This Blog is a Little "Dirty"

Eklund Consultant Todd Battaglia writes about physical locations in education and how that can affect our influence on our students and colleagues.

As I was vacuuming the house the other day, I started to notice where the vacuum cleaner made the most noise.  The clickity-clack of dirt going through the machine.  The satisfying sound of vacuuming. In front of the couch, the area around the door to the master bedroom, the kitchen, all seemed to be the places where the most dirt had gathered.  These are my family’s common spaces; the places where we leave our footprints, where we spend our time.  These are the areas where the dirt is, where we grow our life together.

As I continued to vacuum, I thought about the idea of where we live as educators.  A simple fact is that we probably spend more awake time in our classrooms and school offices per week than in any other one place besides asleep in bed.  In that space, where are the most footprints?  Behind a desk?

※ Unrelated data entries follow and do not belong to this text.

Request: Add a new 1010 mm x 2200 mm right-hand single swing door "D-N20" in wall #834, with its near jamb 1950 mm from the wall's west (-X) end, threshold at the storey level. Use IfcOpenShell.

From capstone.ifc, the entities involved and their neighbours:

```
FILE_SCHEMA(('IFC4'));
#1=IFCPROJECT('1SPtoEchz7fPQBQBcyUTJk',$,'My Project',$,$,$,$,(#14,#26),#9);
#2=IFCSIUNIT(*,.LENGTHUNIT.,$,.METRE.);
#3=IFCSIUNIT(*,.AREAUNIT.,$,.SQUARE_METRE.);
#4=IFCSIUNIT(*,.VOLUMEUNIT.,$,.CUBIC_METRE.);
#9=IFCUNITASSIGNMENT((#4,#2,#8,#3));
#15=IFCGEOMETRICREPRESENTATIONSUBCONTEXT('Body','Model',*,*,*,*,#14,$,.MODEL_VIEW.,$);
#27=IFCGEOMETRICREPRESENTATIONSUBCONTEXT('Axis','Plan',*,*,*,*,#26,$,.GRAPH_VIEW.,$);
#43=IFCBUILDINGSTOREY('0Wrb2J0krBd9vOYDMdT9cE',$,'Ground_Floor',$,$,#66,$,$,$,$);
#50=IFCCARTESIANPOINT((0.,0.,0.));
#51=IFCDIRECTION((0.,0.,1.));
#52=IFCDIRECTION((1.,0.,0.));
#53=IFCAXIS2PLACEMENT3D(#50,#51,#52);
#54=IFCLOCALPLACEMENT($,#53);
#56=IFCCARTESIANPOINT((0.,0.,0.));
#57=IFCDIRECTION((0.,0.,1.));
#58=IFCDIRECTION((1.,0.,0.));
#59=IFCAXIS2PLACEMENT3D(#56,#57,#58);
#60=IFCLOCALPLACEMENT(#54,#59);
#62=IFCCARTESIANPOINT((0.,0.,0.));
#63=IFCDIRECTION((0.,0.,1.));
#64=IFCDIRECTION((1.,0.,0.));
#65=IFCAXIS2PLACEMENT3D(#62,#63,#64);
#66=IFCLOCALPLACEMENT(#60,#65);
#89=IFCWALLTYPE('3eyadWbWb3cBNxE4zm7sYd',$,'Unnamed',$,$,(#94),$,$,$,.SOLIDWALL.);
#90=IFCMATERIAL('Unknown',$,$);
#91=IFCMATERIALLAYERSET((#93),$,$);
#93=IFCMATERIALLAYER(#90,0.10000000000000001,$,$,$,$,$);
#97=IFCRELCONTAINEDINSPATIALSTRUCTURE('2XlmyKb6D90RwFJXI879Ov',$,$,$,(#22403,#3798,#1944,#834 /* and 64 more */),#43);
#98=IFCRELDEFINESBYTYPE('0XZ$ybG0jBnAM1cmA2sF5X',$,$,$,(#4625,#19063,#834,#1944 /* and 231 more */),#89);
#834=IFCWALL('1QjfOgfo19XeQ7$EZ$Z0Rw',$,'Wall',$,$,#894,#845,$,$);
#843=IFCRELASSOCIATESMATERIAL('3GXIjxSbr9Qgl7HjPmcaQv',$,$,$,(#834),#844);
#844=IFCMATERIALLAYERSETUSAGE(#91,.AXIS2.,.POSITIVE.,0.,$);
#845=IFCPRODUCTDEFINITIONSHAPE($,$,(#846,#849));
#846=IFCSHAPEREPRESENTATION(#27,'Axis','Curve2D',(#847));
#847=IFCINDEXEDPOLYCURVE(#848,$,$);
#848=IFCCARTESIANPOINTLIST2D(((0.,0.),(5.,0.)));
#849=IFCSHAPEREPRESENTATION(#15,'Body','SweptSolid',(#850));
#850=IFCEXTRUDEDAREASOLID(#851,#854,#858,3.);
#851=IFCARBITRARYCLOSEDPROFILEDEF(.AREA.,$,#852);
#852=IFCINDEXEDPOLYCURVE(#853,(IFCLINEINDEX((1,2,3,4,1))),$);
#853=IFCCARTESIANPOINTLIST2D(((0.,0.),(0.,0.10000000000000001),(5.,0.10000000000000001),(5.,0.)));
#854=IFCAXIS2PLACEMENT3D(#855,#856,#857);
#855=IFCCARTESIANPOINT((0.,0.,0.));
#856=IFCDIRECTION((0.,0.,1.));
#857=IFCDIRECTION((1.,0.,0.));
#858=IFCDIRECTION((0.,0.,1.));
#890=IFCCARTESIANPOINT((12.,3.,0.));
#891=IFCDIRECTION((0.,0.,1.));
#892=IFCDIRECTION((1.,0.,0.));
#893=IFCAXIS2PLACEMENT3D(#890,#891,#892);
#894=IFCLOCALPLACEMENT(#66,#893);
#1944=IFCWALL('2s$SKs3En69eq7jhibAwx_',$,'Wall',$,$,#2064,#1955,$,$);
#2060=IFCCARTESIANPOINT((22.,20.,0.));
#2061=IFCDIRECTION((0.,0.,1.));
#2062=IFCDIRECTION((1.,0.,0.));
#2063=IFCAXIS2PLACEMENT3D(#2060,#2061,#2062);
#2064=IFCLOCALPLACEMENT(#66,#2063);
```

```python
import numpy as np
import ifcopenshell
import ifcopenshell.api.feature
import ifcopenshell.api.geometry
import ifcopenshell.api.root
import ifcopenshell.api.spatial
import ifcopenshell.geom
import ifcopenshell.util.element
import ifcopenshell.util.placement
import ifcopenshell.util.representation
import ifcopenshell.util.shape
import ifcopenshell.util.unit

model = ifcopenshell.open("capstone.ifc")
unit_scale = ifcopenshell.util.unit.calculate_unit_scale(model)
settings = ifcopenshell.geom.settings()


def volume(element):
    """Net volume in cubic metres, openings subtracted."""
    shape = ifcopenshell.geom.create_shape(settings, element)
    return ifcopenshell.util.shape.get_volume(shape.geometry)


wall = model.by_guid("1QjfOgfo19XeQ7$EZ$Z0Rw")
storey = ifcopenshell.util.element.get_container(wall, ifc_class="IfcBuildingStorey")
context = ifcopenshell.util.representation.get_context(model, "Model", "Body", "MODEL_VIEW")
before = volume(wall)

width, height, from_end, sill = 1.01, 2.2, 1.95, 0.0  # metres

# The wall runs along its own X axis, and the end named is its -X end.
wall_shape = ifcopenshell.geom.create_shape(settings, wall)
x, y, z = ifcopenshell.util.shape.get_vertices(wall_shape.geometry).T
start = x.min() + from_end
face, thickness = float(y.min()), float(y.max() - y.min())
wall_matrix = ifcopenshell.util.placement.get_local_placement(wall.ObjectPlacement)
level = ifcopenshell.util.placement.get_local_placement(storey.ObjectPlacement)[2, 3]


def in_wall(x, y):
    """Placement at x, y metres in the wall's axes, at sill height."""
    matrix = wall_matrix.copy()
    matrix[:, 3] = wall_matrix @ np.array([x / unit_scale, y / unit_scale, 0.0, 1.0])
    matrix[2, 3] = level + sill / unit_scale
    return matrix


# Opening: a box that overshoots both wall faces by 50 mm.
opening = ifcopenshell.api.root.create_entity(model, ifc_class="IfcOpeningElement", predefined_type="OPENING")
box = ifcopenshell.api.geometry.add_wall_representation(
    model, context=context, length=width, height=height, thickness=thickness + 0.1
)
ifcopenshell.api.geometry.assign_representation(model, product=opening, representation=box)
ifcopenshell.api.geometry.edit_object_placement(model, product=opening, matrix=in_wall(start, face - 0.05), is_si=False)
ifcopenshell.api.feature.add_feature(model, feature=opening, element=wall)

door = ifcopenshell.api.root.create_entity(model, ifc_class="IfcDoor", name="D-N20", predefined_type="DOOR")
door.OverallWidth, door.OverallHeight = width / unit_scale, height / unit_scale
door.OperationType = "SINGLE_SWING_RIGHT"
body = ifcopenshell.api.geometry.add_door_representation(
    model,
    context=context,
    overall_width=door.OverallWidth,
    overall_height=door.OverallHeight,
    operation_type="SINGLE_SWING_RIGHT",
    lining_properties={"LiningDepth": thickness / unit_scale, "ThresholdDepth": thickness / unit_scale},
)
ifcopenshell.api.geometry.assign_representation(model, product=door, representation=body)
ifcopenshell.api.spatial.assign_container(model, products=[door], relating_structure=storey)
ifcopenshell.api.feature.add_filling(model, opening=opening, element=door)

# The lining spans the wall, so the door starts at the wall face.
ifcopenshell.api.geometry.edit_object_placement(model, product=door, matrix=in_wall(start, face), is_si=False)

after = volume(wall)

print(f"wall volume {before:.3f} -> {after:.3f} m3")

model.write("capstone_v2.ifc")
```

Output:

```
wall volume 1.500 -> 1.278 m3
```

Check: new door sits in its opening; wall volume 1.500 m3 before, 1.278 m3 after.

Behind the lectern?  In the front of the class by the whiteboard or smartboard?

Where we leave our footprints is important.  When we work as educators, we leave behind several types of footprints – influence, voice, information, direction.  It is important that these are spread out to maximize our coverage.  Often times, educators can get stuck in ruts that keep us stationary – too much lecturing, too much time spent in our offices – and take away our potential influence to all. 

Teachers can become too reliant on one style of teaching.  Lecturing, small-group work, individual seat work all put the the teacher in a “place.”  Whether that place be behind a lectern, behind one of the those cool, semicircle desks with the cutout, or behind the “teacher’s desk,” a teacher can spend too much time in one location.  Spread out the footprints. 

Educators should also be spreading footprints throughout the school building.  While in teacher education classes, I was often told to “stay out of the teachers’ lounge.”  Apparently, one could find the wrong type of “dirt” in there.  I have found through my work with Eklund Consulting that schools with positive culture often have fun, interesting, and informative staff lounges that inspire and encourage colleagues to gather for emotional wellness and communication.  These are two areas that often score low on our School Workplace Satisfaction Survey.  Also, how many footprints do we leave in other educators’ classrooms?  Watching other educators work, can be an invigorating and informative time for the educator coming to watch a colleague, rather than an evaluation or critique of the educator being watched.  

One of my favorite phrases shared with building administrators is “They hired you to work in a school, not an office.”  Administrators can become stagnant at the computer and in the paperwork of the job.  An answer to revitalizing work and culture in a building can be as simple as motion.  Get out of the office; see your teachers work in a non-evaluative moment; meet kids in their environment, leave some footprints in their world.  It gives an opportunity to grow something together.

There is another blog to be written about the type of dirt our feet leave behind and how to fertilize that dirt to make our little flowers grow.  I even branched out into that a a few times here (see that – branched), but I’m really interested in the location of your footprints.  Where do they collect?